Oltre a ciò Leopoldo, mosso dal pensiero che le popolazioni scarse fanno l'aria insalubre, le abbondanti sana, allettò con premii ed esenzioni tanto i paesani, quanto i forestieri, principalmente gli abitatori dell'agro romano, a fermar la sede loro nella maremma. Pagassesi dall'erario il quarto del prezzo delle nuove case ai fondatori; dessersi terre o gratuitamente, od a basso prezzo, od a carico di livelli, od in enfiteusi; dessesi anco denaro a presto, e sicuro asilo a chi vi si venisse a ricoverare. Per questo e crebbe la popolazione, ed i terreni si coltivarono, e l'aria risanò. Peggiorarono poi le opere per le difficoltà dei tempi. Pure rimangono, e forse ancora lungo tempo rimarranno nelle maremme sanesi i vestigi della generosità di Leopoldo.

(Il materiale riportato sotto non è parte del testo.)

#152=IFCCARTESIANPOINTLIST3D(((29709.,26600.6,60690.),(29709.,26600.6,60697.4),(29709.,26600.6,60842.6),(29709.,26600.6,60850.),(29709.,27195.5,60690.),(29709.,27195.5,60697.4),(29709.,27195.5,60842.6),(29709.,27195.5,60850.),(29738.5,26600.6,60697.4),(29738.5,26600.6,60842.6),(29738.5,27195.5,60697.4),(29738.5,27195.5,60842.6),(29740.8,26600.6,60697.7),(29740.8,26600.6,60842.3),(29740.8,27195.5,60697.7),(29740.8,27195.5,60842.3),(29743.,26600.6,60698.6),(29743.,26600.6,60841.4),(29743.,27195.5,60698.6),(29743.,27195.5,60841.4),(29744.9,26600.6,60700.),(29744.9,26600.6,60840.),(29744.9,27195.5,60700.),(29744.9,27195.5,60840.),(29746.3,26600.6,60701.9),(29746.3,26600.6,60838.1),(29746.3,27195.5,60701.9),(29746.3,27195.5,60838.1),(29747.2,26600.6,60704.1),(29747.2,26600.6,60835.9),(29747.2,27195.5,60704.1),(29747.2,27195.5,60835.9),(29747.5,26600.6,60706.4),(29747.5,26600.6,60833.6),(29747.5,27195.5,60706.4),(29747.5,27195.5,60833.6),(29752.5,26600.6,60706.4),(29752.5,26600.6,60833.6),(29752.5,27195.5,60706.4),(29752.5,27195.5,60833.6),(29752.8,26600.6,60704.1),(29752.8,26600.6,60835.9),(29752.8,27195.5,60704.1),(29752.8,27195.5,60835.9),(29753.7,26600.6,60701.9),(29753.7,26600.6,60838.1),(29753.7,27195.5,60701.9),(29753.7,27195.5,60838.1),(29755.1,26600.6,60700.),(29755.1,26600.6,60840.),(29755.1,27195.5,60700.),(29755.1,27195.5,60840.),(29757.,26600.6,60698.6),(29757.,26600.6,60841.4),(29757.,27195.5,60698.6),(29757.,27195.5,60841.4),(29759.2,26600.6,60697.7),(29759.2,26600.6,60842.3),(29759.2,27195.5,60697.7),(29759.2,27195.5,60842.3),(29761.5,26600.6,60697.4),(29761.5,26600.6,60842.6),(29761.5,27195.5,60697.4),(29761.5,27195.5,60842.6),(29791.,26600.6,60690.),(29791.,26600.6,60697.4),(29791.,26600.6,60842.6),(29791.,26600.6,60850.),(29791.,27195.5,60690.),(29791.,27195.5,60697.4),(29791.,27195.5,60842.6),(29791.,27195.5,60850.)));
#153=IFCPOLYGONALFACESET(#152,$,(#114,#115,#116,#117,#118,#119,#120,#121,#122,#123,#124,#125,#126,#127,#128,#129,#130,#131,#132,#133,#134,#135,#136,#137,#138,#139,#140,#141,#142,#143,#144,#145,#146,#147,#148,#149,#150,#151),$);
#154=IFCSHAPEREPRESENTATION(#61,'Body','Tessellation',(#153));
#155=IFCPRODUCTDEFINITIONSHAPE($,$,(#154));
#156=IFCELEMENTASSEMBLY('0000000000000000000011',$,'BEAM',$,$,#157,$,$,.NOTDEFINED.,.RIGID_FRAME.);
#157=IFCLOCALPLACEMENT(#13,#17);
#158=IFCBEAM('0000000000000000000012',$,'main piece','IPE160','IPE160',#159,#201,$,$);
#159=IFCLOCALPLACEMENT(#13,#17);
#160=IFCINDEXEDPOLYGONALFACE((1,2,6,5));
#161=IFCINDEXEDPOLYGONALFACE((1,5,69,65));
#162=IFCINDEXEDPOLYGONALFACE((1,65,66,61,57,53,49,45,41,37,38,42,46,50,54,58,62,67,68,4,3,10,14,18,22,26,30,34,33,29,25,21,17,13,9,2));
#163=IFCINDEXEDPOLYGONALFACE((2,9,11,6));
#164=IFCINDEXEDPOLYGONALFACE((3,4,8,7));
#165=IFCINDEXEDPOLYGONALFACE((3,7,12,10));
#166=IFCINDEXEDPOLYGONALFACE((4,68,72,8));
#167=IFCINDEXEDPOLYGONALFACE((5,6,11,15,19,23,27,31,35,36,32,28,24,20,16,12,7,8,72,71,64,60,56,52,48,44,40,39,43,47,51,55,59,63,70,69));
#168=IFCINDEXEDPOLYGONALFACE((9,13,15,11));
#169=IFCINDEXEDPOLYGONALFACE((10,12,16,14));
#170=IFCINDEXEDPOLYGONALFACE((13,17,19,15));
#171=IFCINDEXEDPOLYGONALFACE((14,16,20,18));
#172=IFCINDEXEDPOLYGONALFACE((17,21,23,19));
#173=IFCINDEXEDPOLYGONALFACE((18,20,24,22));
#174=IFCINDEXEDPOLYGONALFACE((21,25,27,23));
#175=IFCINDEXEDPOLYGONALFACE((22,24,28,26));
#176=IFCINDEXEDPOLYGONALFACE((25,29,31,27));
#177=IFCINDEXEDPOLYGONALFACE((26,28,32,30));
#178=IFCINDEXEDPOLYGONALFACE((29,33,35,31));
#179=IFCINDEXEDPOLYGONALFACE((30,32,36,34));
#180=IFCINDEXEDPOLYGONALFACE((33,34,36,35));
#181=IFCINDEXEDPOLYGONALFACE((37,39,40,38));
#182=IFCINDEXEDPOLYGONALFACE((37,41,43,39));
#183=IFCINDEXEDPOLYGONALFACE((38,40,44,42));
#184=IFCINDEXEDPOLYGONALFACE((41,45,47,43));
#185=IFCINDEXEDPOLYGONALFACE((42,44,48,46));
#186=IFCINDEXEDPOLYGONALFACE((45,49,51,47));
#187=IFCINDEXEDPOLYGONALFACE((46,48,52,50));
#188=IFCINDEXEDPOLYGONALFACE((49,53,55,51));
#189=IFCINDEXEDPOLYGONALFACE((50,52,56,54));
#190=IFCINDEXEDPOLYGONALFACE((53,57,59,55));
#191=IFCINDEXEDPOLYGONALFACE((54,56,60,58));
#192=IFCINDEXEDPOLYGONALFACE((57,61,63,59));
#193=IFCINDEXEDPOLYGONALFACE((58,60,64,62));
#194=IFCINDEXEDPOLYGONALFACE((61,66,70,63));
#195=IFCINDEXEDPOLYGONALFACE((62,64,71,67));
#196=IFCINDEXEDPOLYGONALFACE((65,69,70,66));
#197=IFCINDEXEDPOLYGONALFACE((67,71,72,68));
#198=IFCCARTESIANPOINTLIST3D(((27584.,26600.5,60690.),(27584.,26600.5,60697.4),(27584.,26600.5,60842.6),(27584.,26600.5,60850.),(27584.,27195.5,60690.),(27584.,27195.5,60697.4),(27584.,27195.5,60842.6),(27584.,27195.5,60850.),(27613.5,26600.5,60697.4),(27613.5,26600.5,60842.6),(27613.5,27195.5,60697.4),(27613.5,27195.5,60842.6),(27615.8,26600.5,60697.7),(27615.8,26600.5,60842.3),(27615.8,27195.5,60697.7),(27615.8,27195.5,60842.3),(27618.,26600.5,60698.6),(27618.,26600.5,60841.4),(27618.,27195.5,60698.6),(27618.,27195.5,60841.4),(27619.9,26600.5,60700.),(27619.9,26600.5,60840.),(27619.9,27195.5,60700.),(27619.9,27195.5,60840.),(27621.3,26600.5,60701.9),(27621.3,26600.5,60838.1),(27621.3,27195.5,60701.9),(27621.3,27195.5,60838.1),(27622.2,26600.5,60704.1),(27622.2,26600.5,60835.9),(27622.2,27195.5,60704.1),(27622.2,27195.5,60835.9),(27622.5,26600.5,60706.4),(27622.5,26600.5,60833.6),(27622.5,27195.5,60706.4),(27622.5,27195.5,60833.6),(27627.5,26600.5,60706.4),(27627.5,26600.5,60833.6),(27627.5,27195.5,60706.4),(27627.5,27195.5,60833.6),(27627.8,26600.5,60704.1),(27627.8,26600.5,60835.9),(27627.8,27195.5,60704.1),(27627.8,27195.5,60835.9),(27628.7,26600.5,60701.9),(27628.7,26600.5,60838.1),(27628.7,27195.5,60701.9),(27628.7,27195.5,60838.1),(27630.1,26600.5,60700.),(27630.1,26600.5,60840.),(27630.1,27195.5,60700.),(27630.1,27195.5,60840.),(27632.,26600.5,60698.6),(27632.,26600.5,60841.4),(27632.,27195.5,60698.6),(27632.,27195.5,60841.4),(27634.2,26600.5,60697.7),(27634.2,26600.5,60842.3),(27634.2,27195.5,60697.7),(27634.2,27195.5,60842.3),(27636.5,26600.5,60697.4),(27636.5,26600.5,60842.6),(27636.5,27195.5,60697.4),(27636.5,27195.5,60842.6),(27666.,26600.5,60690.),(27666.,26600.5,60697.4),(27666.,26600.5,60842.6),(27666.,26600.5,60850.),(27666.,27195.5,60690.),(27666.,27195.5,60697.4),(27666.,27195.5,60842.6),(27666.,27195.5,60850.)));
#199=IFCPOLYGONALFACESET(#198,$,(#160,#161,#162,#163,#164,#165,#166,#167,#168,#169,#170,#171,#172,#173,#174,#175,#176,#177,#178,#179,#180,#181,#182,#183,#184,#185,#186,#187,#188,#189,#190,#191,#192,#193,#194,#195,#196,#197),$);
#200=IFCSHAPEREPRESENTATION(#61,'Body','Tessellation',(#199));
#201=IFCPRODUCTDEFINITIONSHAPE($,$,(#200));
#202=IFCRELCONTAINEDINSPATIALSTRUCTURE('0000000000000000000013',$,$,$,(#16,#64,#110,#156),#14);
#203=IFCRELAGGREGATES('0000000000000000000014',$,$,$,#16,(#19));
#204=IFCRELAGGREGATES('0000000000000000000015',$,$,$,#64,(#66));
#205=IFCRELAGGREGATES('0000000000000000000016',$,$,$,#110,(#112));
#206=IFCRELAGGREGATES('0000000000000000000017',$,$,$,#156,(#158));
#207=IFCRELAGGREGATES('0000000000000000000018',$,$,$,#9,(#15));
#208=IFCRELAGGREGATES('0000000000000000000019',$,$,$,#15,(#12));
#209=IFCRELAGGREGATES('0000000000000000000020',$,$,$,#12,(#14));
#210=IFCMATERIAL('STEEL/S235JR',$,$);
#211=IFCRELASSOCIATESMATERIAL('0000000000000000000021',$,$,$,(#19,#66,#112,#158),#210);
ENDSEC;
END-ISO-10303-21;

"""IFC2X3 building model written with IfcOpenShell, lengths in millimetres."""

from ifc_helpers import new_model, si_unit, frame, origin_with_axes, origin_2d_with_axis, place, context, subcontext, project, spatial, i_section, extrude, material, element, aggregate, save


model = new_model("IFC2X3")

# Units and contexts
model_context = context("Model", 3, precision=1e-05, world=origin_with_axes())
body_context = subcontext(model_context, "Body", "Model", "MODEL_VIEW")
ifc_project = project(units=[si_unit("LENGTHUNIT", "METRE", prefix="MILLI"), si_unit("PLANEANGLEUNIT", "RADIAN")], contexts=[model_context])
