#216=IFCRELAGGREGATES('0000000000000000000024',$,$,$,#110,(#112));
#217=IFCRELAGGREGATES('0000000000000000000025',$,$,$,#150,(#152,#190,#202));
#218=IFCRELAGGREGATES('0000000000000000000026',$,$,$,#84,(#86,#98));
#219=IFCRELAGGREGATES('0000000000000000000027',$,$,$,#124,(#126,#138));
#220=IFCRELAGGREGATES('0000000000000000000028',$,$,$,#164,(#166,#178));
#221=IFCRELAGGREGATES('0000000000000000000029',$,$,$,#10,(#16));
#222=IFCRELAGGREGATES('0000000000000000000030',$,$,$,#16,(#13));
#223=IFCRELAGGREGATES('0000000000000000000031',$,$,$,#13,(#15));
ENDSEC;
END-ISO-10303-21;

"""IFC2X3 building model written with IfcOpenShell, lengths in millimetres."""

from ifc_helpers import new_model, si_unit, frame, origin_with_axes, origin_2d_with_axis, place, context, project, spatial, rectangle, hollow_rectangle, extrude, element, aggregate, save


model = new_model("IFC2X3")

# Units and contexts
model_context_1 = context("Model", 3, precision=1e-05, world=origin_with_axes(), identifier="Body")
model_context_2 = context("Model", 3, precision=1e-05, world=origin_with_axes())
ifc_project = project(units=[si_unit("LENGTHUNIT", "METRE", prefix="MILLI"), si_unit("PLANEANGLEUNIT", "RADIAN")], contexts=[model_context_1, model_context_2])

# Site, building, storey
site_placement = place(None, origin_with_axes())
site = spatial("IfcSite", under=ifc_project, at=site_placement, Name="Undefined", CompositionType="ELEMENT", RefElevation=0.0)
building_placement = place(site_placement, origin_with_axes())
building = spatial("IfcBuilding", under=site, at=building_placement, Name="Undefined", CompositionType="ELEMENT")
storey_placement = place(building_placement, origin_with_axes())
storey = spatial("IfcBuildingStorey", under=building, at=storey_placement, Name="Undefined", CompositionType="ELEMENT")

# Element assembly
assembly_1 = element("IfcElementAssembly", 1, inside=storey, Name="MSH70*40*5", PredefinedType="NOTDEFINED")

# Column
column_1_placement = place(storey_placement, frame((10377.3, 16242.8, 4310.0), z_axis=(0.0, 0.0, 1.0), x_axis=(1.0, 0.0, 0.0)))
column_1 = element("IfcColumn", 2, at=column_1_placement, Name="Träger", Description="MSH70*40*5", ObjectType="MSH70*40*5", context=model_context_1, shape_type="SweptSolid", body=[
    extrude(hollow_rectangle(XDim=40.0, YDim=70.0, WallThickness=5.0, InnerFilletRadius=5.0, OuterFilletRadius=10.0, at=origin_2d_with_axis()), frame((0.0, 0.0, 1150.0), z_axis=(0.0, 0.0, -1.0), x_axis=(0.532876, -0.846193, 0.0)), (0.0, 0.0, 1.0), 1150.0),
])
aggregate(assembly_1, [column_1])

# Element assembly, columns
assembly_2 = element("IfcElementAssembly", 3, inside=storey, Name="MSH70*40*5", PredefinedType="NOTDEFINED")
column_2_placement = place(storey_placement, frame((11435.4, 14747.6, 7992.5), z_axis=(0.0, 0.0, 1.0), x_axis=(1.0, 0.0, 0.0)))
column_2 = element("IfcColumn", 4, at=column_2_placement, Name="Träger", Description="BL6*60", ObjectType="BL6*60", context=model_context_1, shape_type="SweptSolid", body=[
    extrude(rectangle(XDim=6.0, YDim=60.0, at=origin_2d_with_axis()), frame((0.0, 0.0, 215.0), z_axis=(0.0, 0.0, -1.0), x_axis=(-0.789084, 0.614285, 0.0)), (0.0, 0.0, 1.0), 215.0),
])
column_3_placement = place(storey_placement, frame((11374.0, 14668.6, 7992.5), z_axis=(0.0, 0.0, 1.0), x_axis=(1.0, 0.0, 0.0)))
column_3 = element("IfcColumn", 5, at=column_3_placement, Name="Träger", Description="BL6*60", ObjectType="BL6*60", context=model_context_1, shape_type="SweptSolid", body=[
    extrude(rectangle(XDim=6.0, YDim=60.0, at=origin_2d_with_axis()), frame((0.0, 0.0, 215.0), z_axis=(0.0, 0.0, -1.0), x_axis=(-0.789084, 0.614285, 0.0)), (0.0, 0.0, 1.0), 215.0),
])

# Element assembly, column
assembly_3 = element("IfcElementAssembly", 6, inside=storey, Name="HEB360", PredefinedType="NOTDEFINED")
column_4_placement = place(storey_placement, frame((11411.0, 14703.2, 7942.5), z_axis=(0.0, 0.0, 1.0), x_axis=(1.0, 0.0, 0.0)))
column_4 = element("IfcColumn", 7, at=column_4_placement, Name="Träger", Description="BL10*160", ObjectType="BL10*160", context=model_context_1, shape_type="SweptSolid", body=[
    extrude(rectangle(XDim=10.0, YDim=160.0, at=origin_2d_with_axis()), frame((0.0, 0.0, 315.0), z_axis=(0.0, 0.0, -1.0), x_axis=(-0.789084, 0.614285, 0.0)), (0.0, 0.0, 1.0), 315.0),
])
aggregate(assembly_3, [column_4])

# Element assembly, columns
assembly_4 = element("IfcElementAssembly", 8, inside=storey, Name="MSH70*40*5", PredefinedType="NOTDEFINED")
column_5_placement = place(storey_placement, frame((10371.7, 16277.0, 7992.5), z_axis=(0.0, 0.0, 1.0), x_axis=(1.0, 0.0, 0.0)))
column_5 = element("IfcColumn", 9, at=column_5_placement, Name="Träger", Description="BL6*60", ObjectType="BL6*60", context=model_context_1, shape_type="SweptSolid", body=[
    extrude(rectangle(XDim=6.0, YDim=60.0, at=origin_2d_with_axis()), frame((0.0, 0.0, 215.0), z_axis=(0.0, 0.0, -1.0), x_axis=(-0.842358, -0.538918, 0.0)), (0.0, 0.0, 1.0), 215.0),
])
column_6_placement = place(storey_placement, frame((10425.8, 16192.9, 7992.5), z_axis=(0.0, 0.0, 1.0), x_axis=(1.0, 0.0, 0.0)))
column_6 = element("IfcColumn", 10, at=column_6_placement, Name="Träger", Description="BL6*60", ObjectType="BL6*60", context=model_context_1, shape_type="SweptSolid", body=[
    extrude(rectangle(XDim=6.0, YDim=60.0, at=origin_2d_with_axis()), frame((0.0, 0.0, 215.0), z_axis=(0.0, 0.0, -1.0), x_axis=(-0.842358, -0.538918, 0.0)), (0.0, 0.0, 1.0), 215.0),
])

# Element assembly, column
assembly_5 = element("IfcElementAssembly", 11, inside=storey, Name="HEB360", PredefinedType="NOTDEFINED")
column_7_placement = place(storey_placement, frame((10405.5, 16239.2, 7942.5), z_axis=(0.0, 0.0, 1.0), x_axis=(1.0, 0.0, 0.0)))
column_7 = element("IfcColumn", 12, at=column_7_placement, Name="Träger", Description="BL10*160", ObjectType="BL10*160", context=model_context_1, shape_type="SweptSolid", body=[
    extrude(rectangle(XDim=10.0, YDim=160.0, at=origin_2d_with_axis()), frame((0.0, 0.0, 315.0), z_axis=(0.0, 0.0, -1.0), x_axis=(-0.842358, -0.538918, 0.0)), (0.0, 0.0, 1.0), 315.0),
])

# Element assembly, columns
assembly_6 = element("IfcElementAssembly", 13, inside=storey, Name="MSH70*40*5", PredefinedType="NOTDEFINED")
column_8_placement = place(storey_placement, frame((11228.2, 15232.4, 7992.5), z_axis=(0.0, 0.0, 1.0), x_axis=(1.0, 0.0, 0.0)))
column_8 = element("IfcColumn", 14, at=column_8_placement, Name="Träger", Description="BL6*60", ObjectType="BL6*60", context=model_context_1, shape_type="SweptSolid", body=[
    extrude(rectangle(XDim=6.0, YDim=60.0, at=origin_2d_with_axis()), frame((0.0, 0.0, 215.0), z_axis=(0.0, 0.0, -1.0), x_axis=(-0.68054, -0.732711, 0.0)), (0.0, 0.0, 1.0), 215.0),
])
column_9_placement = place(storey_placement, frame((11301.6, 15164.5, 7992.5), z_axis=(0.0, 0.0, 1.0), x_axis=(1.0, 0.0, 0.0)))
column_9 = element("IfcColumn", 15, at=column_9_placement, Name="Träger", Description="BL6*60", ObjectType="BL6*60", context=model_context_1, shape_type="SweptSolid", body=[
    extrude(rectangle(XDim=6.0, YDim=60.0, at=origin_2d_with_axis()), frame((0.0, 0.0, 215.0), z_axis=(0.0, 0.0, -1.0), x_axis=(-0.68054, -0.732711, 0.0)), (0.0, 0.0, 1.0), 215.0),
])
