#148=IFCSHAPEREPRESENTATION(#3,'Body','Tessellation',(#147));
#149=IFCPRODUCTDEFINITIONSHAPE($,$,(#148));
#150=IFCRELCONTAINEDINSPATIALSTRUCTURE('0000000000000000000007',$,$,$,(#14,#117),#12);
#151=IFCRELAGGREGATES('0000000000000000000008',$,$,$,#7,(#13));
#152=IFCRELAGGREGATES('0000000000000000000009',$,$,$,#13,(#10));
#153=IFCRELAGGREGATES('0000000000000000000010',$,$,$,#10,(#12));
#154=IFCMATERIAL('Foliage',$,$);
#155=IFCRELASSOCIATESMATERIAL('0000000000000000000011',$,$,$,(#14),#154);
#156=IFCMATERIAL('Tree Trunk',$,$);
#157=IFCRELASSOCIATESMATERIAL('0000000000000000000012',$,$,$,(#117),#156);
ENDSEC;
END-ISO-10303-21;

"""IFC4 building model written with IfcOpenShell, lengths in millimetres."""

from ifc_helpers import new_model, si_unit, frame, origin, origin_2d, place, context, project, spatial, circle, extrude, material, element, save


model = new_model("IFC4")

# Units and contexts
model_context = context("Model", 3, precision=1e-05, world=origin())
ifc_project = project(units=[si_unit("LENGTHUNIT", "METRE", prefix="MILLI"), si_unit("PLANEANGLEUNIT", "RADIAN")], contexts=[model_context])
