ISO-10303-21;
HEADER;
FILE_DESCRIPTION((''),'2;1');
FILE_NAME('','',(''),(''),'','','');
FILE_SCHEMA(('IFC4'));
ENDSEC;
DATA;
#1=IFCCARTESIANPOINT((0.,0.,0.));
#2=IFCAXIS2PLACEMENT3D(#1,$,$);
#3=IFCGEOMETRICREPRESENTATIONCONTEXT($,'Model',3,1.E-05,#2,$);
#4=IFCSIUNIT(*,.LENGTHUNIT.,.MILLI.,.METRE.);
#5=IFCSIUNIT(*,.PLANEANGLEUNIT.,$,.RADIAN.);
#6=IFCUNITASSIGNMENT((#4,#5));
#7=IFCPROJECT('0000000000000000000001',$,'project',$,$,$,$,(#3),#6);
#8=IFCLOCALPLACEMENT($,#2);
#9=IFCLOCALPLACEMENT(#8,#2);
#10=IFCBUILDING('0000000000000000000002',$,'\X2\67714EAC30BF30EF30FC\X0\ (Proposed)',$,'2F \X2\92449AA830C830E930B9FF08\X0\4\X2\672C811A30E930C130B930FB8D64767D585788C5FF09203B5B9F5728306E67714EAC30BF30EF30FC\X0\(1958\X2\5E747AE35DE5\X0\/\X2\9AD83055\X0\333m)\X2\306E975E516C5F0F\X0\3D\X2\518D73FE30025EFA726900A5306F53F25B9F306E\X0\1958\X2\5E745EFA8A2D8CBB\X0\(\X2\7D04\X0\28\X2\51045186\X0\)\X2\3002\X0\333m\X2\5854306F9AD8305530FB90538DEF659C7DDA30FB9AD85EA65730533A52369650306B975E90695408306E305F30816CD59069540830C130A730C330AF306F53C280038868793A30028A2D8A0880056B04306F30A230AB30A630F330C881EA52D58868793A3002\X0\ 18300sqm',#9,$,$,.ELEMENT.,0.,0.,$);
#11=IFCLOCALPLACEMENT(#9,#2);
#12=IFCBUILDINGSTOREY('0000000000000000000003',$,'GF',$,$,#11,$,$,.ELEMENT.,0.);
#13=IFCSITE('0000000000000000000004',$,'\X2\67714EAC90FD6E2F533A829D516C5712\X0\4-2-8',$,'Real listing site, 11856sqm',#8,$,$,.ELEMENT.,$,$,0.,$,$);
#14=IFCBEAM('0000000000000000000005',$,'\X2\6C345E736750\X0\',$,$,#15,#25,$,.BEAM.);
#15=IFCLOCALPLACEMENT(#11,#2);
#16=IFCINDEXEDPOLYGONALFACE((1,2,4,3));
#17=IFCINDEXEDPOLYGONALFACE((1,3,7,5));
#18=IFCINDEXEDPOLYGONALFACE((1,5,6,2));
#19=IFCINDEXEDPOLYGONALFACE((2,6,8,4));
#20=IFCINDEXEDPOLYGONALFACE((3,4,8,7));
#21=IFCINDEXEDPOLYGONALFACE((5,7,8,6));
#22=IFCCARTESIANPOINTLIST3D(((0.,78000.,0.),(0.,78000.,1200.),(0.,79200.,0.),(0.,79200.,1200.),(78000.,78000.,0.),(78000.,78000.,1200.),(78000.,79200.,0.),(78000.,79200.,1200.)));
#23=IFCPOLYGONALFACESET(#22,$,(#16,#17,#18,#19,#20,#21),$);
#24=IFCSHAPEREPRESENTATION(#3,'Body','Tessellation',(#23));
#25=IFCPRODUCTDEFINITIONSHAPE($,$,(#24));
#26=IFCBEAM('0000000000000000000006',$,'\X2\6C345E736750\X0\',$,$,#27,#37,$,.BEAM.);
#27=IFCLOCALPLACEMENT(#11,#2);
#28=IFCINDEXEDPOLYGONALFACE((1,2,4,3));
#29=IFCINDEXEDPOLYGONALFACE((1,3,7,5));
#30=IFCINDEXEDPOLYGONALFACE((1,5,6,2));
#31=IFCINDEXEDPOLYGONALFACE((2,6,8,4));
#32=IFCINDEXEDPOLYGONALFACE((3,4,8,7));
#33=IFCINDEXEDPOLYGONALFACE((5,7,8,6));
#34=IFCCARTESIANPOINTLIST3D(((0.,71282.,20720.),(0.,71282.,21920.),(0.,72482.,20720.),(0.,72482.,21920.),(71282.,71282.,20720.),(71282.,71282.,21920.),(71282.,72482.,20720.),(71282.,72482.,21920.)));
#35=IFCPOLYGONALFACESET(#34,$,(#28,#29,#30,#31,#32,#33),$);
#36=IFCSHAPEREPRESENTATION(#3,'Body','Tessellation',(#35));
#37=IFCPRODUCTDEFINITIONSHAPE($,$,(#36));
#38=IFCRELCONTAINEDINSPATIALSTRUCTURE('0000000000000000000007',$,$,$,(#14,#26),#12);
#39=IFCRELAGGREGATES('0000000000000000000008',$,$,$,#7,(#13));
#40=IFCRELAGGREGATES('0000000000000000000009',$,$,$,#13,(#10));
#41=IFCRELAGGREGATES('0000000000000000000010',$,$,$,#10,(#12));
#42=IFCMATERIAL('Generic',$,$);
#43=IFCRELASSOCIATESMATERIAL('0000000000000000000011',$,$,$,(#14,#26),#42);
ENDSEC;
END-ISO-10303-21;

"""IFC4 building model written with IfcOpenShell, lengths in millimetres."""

from ifc_helpers import new_model, si_unit, frame, frame_2d, origin, place, context, project, spatial, rectangle, extrude, material, element, save


model = new_model("IFC4")

# Units and contexts
model_context = context("Model", 3, precision=1e-05, world=origin())
ifc_project = project(units=[si_unit("LENGTHUNIT", "METRE", prefix="MILLI"), si_unit("PLANEANGLEUNIT", "RADIAN")], contexts=[model_context])

# Site, building, storey
site_placement = place(None, origin())
site = spatial("IfcSite", under=ifc_project, at=site_placement, Name="東京都港区芝公園4-2-8", ObjectType="Real listing site, 11856sqm", CompositionType="ELEMENT", RefElevation=0.0)
building_placement = place(site_placement, origin())
building = spatial("IfcBuilding", under=site, at=building_placement, Name="東京タワー (Proposed)", ObjectType="2F 鉄骨トラス（4本脚ラチス・赤白塗装）※実在の東京タワー(1958年竣工/高さ333m)の非公式3D再現。建物¥は史実の1958年建設費(約28億円)。333m塔は高さ・道路斜線・高度地区制限に非適合のため法適合チェックは参考表示。設計者欄はアカウント自動表示。 18300sqm", CompositionType="ELEMENT", ElevationOfRefHeight=0.0, ElevationOfTerrain=0.0)
storey_placement = place(building_placement, origin())
storey = spatial("IfcBuildingStorey", under=building, at=storey_placement, Name="GF", CompositionType="ELEMENT", Elevation=0.0)

# Shared definitions
ifc_material = material(Name="Generic")

# Beams
beam_1_placement = place(storey_placement, frame((0.0, 39000.0, 0.0)))
element("IfcBeam", 1, at=beam_1_placement, inside=storey, material=ifc_material, Name="水平材", PredefinedType="BEAM", context=model_context, shape_type="SweptSolid", body=[
    extrude(rectangle(XDim=78000.0, YDim=1200.0, at=frame_2d((39000.0, 600.0))), frame((0.0, 39000.0, 0.0)), (0.0, 0.0, 1.0), 1200.0),
])
beam_2_placement = place(storey_placement, frame((0.0, 35641.0, 10360.0)))
element("IfcBeam", 2, at=beam_2_placement, inside=storey, material=ifc_material, Name="水平材", PredefinedType="BEAM", context=model_context, shape_type="SweptSolid", body=[
    extrude(rectangle(XDim=71282.0, YDim=1200.0, at=frame_2d((35641.0, 600.0))), frame((0.0, 35641.0, 10360.0)), (0.0, 0.0, 1.0), 1200.0),
])

save(model, "model.ifc")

Nè minor lode meritano gli ordinamenti di questo giusto e magnanimo principe circa il debito dello stato. Più di tre mila luoghi di monte furono cancellati, restituiti i capitali ai creditori col ritratto dei beni venduti spettanti a regie e pubbliche aziende, impiegando a questo uso anche i capitali provenienti dalla dote e contraddote della regina sua moglie, ed altri constituenti parte del patrimonio suo privato. In tal modo si spense in gran parte il debito, che tanto gravava l'erario: così mentre in altri luoghi d'Italia il debito dello stato montava continuamente, non per altro fine che per crear soldatesche, in Toscana per opera di Leopoldo il debito medesimo si estingueva per fondarvi un governo dolce, quieto per se, sicuro pei vicini.
Nè per questo tralasciavansi provvedimenti di utilità o di ornamento; perciocchè nel tempo medesimo sorgevano scuole per ogni ceto, conservatorii, case di rifugio e di ricovero, ospizi ed ospedali: gli studi di Pisa e di Siena meglio s'ordinavano: nuovi palazzi fondavansi, gli antichi s'abbellivano, nuovi passeggi si aprivano, lo librerìe s'arricchivano, il gabinetto di fisica s'accresceva, ed un orto botanico si piantava.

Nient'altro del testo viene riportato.